Bernard had been pinning many of his hopes for rebuilding the series on a successful IZOD IndyCar World Championship oval race at Las Vegas, even deciding that he and IndyCar would act as the race promoters themselves rather than signing with a local company to do the work and bear the risk.

"Look at Vegas, I put together one of the best marketing campaigns I've done in 15 years. I know that market as well as anybody," he pointed out. "I drew 96,000 people to PBR and [yet for IndyCar] we had marginal success at best," he said, comparing the situation with his previous job as CEO of Professional Bull Racing.

As part of that marketing campaign, Bernard was also behind the $5m challenge for Dan Wheldon to race for at Vegas, which some subsequently suggested was a factor in the subsequent fatal accident on lap 11 of the race that claimed Wheldon's life. Before the accident, Wheldon had been one of Bernard's biggest supporters and cheerleaders for his work rejuvenating the series, and the personal shock of his new friend's death was evident on Bernard's face when he had to face the press at Las Vegas Motor Speedway to make the announcement that Wheldon had not survived his injuries and that the race was to be cancelled - a decision that was itself criticised.

"A number of the purists or traditionalists want to question why I stopped the race. The mainstream would say it was the right call, but purists and traditionalists would say the wrong call," Bernard told WFNI 1070AM, adding simply than in his view, "It would have been in poor taste to go on."

After Vegas, Bernard opted to mainly keep out of the media gaze and he admitted: "It all put me on the defence for the first time in two years on the job; I prefer being on offence. I like to push new things out there. But until the investigation was done, you saw me withdraw. I don't like that, but it was what I needed to do."

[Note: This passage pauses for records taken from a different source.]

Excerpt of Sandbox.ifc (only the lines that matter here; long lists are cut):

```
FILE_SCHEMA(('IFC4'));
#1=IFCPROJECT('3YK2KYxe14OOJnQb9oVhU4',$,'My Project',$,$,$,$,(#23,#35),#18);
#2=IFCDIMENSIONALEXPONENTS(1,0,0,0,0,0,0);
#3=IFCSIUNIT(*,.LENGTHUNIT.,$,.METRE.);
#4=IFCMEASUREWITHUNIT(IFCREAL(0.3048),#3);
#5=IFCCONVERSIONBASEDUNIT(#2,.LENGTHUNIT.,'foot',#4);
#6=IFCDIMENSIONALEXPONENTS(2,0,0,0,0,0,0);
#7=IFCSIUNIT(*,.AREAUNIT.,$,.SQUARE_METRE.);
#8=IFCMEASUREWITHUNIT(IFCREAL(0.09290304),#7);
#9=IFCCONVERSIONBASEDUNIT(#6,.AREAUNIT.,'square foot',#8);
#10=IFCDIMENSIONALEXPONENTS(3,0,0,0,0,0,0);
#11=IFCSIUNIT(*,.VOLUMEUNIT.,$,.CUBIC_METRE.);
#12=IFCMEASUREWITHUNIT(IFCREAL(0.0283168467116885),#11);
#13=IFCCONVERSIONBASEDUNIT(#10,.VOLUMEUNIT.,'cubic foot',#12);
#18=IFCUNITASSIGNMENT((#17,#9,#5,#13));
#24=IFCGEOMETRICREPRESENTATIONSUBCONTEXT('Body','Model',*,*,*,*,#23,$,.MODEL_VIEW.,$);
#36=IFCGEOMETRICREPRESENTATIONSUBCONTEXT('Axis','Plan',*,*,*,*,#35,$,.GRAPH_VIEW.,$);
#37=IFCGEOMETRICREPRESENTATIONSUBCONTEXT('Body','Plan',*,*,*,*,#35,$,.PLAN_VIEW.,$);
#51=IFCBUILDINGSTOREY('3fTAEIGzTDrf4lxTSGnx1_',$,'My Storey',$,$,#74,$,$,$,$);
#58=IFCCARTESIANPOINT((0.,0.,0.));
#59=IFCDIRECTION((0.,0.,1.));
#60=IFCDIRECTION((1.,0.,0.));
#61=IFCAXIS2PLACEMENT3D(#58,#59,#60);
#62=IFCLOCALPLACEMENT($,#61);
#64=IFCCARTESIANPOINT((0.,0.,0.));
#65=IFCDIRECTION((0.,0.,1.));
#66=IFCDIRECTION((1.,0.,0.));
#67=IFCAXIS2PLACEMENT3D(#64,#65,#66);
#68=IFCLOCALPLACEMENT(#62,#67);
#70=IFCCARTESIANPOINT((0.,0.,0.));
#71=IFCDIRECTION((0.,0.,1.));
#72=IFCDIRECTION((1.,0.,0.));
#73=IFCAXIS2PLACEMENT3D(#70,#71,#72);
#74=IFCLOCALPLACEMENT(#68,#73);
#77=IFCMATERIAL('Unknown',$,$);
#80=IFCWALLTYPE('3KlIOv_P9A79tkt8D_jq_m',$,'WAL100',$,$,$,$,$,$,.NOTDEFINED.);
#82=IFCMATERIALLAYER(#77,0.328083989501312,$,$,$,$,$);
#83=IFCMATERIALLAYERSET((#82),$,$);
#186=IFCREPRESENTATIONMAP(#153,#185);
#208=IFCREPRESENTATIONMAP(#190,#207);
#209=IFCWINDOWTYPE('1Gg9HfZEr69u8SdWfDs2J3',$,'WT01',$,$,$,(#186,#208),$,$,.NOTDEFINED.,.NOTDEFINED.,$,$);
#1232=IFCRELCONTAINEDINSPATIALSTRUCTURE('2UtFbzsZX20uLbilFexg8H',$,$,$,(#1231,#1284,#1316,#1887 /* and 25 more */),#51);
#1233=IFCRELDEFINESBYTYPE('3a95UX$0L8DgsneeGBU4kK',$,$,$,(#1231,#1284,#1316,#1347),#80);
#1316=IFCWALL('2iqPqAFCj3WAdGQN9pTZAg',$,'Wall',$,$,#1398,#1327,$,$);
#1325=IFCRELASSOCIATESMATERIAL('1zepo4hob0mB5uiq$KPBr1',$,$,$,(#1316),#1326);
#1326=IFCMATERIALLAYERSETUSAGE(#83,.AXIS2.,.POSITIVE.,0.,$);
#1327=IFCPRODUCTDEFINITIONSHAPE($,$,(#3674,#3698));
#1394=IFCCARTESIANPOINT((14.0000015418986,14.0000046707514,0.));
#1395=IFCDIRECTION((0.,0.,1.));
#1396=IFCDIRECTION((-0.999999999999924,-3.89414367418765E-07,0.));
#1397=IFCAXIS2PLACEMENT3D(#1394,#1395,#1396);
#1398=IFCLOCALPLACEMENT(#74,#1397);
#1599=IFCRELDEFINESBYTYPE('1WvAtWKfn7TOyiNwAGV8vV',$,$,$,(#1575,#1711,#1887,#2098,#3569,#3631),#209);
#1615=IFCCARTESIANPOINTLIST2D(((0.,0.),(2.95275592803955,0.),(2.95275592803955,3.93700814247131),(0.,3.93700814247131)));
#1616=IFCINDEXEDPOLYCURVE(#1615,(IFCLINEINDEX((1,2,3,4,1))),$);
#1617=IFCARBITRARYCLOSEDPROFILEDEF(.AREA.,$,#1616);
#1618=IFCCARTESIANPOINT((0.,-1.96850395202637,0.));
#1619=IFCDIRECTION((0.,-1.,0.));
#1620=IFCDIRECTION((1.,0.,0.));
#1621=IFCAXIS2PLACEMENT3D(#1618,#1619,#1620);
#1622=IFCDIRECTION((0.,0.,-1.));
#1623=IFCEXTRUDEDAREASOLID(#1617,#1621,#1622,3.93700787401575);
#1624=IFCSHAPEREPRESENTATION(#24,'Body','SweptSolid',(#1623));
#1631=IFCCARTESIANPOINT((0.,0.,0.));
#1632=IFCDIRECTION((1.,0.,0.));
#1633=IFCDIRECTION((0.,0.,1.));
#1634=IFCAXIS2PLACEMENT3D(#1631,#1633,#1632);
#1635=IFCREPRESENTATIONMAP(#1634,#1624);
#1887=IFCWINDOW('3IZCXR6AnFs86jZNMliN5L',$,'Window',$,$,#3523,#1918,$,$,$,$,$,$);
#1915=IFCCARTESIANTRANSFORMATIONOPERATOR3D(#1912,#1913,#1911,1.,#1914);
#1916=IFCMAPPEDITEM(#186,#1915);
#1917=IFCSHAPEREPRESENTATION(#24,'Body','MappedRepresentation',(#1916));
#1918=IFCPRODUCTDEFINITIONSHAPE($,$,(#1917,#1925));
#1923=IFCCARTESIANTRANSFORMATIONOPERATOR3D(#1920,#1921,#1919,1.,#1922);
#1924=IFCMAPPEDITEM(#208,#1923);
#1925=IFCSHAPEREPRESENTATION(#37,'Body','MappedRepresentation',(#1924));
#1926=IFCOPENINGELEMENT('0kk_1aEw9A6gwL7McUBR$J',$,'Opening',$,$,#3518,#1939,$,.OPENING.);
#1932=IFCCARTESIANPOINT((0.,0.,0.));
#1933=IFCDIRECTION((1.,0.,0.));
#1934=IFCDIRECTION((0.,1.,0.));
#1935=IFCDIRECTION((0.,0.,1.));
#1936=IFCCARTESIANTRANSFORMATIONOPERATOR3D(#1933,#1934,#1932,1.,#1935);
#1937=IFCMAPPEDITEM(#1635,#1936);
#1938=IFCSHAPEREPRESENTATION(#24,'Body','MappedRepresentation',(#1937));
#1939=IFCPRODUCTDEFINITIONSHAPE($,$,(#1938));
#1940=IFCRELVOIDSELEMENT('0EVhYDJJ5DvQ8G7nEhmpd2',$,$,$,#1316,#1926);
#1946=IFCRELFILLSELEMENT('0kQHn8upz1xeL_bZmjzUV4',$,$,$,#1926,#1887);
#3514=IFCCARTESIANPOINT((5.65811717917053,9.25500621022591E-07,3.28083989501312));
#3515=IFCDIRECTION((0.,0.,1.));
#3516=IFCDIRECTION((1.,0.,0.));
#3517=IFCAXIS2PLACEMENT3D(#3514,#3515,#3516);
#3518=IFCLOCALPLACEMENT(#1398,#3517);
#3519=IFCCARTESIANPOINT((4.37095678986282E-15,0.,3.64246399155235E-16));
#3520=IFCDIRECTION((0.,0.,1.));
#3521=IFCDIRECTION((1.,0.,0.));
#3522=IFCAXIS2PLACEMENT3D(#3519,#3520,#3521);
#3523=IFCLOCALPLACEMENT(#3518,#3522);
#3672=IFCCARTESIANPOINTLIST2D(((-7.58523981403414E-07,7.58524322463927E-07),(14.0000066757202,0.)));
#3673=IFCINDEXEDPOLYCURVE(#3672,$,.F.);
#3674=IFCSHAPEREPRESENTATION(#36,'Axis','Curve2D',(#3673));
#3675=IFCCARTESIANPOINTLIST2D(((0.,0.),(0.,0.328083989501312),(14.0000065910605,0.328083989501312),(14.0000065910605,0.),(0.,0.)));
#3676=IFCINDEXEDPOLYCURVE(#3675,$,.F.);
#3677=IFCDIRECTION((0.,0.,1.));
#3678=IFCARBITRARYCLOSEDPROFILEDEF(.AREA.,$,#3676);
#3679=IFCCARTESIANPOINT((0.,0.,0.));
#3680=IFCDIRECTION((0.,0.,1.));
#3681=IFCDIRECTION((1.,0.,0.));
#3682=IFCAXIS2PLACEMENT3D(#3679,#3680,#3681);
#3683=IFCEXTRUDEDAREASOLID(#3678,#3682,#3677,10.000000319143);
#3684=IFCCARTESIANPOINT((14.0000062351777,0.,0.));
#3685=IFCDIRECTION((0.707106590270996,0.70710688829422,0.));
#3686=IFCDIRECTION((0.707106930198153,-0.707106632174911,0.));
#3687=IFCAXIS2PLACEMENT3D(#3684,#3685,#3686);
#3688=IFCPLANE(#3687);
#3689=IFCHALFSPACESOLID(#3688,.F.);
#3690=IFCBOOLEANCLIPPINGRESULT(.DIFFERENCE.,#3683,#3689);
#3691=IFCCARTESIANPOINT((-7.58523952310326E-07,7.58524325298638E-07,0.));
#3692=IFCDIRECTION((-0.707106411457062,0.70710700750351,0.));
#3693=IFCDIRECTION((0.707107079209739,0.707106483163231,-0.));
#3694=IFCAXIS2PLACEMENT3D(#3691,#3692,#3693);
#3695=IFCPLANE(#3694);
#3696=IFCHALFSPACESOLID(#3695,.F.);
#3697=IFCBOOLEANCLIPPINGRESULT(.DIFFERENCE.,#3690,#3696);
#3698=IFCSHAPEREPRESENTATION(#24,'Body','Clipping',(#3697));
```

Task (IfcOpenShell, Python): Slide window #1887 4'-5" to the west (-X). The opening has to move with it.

```python
import ifcopenshell
import ifcopenshell.api.geometry
import ifcopenshell.util.placement
import ifcopenshell.util.unit

model = ifcopenshell.open("Sandbox.ifc")
unit_scale = ifcopenshell.util.unit.calculate_unit_scale(model)

window = model.by_guid("3IZCXR6AnFs86jZNMliN5L")
opening = window.FillsVoids[0].RelatingOpeningElement
wall = opening.VoidsElements[0].RelatingBuildingElement

wall_matrix = ifcopenshell.util.placement.get_local_placement(wall.ObjectPlacement)
shift = wall_matrix[:3, 0] * 53 * 0.0254 / unit_scale
before = ifcopenshell.util.placement.get_local_placement(window.ObjectPlacement)[:3, 3].copy()

# The window is placed relative to its opening, so it follows when the opening moves.
matrix = ifcopenshell.util.placement.get_local_placement(opening.ObjectPlacement)
matrix[:3, 3] += shift
ifcopenshell.api.geometry.edit_object_placement(
    model, product=opening, matrix=matrix, is_si=False, should_transform_children=True
)

after = ifcopenshell.util.placement.get_local_placement(window.ObjectPlacement)[:3, 3]
print("window moved by", (after - before).round(3) + 0.0)

model.write("Sandbox_edited.ifc")
```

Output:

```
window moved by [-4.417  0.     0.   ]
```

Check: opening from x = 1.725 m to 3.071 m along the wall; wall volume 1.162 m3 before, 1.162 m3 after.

There were suggestions that Bernard might walk away from the series, which would have been a body blow for IndyCar's future prospects. But Bernard insisted during his interview on WFNI 1070AM that he wasn't going to walk away from the job regardless of all the criticism, arguments and ultimately tragedy he'd gone through to date.

"Whatever I do, there will be challenges ... I never thought about quitting. I hear that all the time. I'm not a quitter. I have a five-year contract, and the only way I leave is if the [Hulman-George] family asks me to. I haven't lost any enthusiasm."

In the meantime, Bernard has overseen the publication of the official accident investigation report into the events at Vegas (which specifically cleared the $5m challenge of playing any part in what happened) and he also made the decision to move another much-criticised member of the IndyCar management, Brian Barnhart, out of race control to concentrate on other responsibilities as president of competition.

Bernard is also involved with the introduction of the new 2012 IndyCar Safety cell chassis - named the DW12 in honour of its first official test driver, Dan Wheldon - and is confident that the issues with weight imbalance and aerodynamic drag will be addressed.

Pointing out that TV ratings had jumped by 24% in 2011, Bernard insisted that IndyCar was on its way back and would continue to grow stronger in 2012. "There are a lot of positives. The average age of our fan base decreased by three years. We need to get those things out there; in my opinion, the sport is thriving right now.

"Is it where it was earlier? No. But we're working on getting back there."